The development of the Scorecasting Model is only a small part of a wider research project we are undertaking. As part of this project, we have been working with user data from an online sports prediction and fantasy games platform called Superbru¬†(over 1.5million players). We have been analysing the judgement forecasts of players of Superbru’s English Premier League Predictor Game from 2017/18. We have now written our first research paper based on these data, which we have titled “Going with your Gut: The (In)accuracy of Forecast Revisions in a Football Score Prediction Game.”
The paper asks whether players of the prediction game choosing to revise their scoreline picks leads to more accurate forecasts as match kick-offs approach. At first glance, this ought to be a no brainer: of course revising scoreline picks should improve forecast accuracy, because over time there is more information about the nature of an upcoming football match, including injuries to key players and even starting lineups. But there are several possible sources of bias which could affect scoreline tips (or judgement forecasts) and their revisions.
In this research, we find that football tipsters should stick with their gut instincts. This appears to be true quite generally when it comes to forecasting football match scores, both accounting for any differences in forecasting ability between individuals and the differences in predictability between football matches. Revising a forecast (i.e. not sticking with their gut instincts) left the tipsters only 80% as likely to forecast a correct match scoreline compared with when they stuck with their first predictions. In those cases where game players did revise their forecasts, initial scoreline picks were just as good on average as when players didn’t make any revisions. We also found evidence of how game players managed to do worse when they revised their forecasts: their revisions were excessive — perhaps they overreact to some new and salient piece of information about the upcoming match.

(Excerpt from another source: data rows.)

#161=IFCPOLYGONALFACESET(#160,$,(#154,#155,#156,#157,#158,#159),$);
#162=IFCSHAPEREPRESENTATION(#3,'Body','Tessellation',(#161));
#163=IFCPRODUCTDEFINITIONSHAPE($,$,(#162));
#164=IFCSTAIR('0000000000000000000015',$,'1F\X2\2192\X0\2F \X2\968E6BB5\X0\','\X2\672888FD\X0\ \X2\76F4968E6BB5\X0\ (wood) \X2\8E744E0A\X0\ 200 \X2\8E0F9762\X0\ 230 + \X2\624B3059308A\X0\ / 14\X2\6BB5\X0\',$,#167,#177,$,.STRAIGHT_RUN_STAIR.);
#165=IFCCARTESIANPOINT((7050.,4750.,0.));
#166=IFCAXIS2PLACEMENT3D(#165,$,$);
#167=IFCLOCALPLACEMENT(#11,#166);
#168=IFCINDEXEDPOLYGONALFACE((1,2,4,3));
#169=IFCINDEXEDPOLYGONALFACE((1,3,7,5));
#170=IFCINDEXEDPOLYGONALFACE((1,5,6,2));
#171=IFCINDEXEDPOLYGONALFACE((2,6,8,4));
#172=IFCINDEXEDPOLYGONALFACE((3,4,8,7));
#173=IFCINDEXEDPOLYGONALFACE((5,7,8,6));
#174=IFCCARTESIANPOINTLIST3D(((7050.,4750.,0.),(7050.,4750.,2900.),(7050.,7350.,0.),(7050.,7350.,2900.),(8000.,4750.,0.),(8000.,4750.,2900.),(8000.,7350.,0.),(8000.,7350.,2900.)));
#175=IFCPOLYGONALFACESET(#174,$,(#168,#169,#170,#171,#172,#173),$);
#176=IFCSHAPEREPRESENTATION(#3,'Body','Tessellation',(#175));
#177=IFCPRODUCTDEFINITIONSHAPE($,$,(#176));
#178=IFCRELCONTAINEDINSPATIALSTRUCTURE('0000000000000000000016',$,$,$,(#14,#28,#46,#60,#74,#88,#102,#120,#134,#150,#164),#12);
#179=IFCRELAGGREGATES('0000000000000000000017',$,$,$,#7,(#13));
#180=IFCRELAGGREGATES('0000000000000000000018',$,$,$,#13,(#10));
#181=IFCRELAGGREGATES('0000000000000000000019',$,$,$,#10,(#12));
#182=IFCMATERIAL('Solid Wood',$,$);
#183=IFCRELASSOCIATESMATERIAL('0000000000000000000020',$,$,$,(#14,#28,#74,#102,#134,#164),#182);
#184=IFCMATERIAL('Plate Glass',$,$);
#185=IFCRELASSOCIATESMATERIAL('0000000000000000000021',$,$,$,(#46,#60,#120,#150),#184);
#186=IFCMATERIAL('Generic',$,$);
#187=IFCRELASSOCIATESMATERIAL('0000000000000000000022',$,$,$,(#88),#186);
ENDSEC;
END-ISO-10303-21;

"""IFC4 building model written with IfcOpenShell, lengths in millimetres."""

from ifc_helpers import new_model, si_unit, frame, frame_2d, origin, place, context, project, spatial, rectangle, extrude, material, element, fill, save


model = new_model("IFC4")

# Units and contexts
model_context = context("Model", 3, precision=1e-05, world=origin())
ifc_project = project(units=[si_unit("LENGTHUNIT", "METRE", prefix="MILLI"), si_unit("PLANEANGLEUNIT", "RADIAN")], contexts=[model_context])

These results have some similarities with those found more widely in the academic literature on behavioural forecasting. We hope to use them to guide possible field experiments among communities of sports tipsters (forecasters). One interesting application is whether or not we can find ways to improve the power of crowds in forecasting.

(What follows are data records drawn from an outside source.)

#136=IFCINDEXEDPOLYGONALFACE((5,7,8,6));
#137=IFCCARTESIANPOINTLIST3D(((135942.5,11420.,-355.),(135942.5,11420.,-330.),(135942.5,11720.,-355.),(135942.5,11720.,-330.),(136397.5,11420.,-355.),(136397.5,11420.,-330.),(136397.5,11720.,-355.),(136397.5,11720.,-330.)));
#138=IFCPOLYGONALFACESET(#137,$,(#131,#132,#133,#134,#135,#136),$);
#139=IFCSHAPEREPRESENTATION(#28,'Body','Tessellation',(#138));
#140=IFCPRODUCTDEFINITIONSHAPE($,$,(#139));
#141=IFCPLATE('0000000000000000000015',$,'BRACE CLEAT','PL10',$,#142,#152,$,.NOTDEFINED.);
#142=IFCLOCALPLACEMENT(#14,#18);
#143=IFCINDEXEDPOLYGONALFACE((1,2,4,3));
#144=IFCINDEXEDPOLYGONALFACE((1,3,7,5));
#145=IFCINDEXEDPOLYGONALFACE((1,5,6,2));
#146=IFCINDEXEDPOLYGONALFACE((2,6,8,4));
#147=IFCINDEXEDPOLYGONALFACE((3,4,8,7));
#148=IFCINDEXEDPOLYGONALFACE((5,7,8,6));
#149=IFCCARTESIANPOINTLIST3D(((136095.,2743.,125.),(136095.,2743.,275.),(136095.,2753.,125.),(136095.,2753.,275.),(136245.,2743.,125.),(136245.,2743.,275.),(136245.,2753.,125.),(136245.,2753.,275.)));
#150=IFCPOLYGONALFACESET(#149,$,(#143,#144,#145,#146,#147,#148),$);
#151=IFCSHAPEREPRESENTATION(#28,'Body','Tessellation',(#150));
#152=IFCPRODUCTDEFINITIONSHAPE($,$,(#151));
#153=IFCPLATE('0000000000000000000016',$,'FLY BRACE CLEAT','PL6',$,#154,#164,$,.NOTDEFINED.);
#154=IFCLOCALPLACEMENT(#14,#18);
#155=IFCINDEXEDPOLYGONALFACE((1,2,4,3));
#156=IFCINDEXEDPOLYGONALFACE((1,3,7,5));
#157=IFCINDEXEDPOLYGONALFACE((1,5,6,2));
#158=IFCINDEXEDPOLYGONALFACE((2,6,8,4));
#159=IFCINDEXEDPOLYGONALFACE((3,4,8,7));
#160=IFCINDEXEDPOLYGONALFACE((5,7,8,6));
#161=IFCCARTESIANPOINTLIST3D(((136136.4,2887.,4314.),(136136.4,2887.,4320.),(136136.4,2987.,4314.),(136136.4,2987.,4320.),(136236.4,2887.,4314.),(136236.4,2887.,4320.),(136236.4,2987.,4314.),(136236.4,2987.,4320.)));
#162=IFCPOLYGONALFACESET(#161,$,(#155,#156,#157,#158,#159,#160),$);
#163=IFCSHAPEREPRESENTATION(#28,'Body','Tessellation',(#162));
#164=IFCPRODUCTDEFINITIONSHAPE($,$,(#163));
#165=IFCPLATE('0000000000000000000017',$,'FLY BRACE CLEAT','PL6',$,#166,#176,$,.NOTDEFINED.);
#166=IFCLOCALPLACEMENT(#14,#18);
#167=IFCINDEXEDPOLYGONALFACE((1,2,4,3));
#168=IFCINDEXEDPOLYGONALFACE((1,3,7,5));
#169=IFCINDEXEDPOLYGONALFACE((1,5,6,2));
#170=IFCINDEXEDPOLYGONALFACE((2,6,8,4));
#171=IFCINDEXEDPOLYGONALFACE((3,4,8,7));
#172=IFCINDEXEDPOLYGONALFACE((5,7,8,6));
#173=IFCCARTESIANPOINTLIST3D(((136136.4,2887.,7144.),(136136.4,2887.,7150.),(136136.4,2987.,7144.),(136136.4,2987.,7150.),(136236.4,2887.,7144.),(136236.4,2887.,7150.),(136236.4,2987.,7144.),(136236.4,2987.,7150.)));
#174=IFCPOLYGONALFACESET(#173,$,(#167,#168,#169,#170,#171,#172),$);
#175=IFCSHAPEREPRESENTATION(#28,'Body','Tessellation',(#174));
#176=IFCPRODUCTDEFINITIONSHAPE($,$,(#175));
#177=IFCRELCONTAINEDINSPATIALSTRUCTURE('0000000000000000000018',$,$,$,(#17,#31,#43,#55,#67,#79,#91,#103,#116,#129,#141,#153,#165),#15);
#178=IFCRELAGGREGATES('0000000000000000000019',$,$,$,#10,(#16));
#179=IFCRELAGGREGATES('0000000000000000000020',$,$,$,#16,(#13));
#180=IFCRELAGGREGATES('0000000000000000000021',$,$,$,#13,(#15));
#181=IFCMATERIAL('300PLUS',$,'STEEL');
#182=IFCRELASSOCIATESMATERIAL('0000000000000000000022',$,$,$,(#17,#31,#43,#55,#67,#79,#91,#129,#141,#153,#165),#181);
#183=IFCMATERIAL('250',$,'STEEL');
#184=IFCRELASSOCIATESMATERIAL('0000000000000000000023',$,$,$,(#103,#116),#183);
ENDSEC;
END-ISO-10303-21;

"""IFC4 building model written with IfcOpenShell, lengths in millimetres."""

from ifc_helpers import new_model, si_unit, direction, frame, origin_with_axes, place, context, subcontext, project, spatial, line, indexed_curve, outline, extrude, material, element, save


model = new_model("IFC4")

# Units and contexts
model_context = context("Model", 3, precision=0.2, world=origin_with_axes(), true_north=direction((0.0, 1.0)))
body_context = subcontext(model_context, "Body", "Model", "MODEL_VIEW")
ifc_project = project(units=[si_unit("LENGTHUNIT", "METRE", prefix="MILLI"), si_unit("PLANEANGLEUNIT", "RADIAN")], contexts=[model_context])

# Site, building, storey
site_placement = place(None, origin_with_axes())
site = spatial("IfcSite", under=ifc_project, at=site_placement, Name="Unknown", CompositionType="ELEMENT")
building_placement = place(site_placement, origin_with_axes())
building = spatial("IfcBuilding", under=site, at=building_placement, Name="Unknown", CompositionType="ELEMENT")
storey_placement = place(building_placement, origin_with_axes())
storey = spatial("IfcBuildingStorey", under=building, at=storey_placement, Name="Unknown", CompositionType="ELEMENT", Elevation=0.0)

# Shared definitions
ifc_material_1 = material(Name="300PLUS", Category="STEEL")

We are also carrying out other research on how to evaluate the football score judgement forecasts made by tipsters, and how forecasting behaviour and evaluation should respond to differences or changes in the “rules of the game” being played by a sports tipster. In general, we find football matches particularly strange objects to forecast, as we have touched on in this blog before.¬†This is mostly explained by the simple fact that frequently the most likely scoreline in any given football match will conflict with the most likely result. There are other situations where this can also be true, and where forecasts could have somewhat greater socio-economic importance.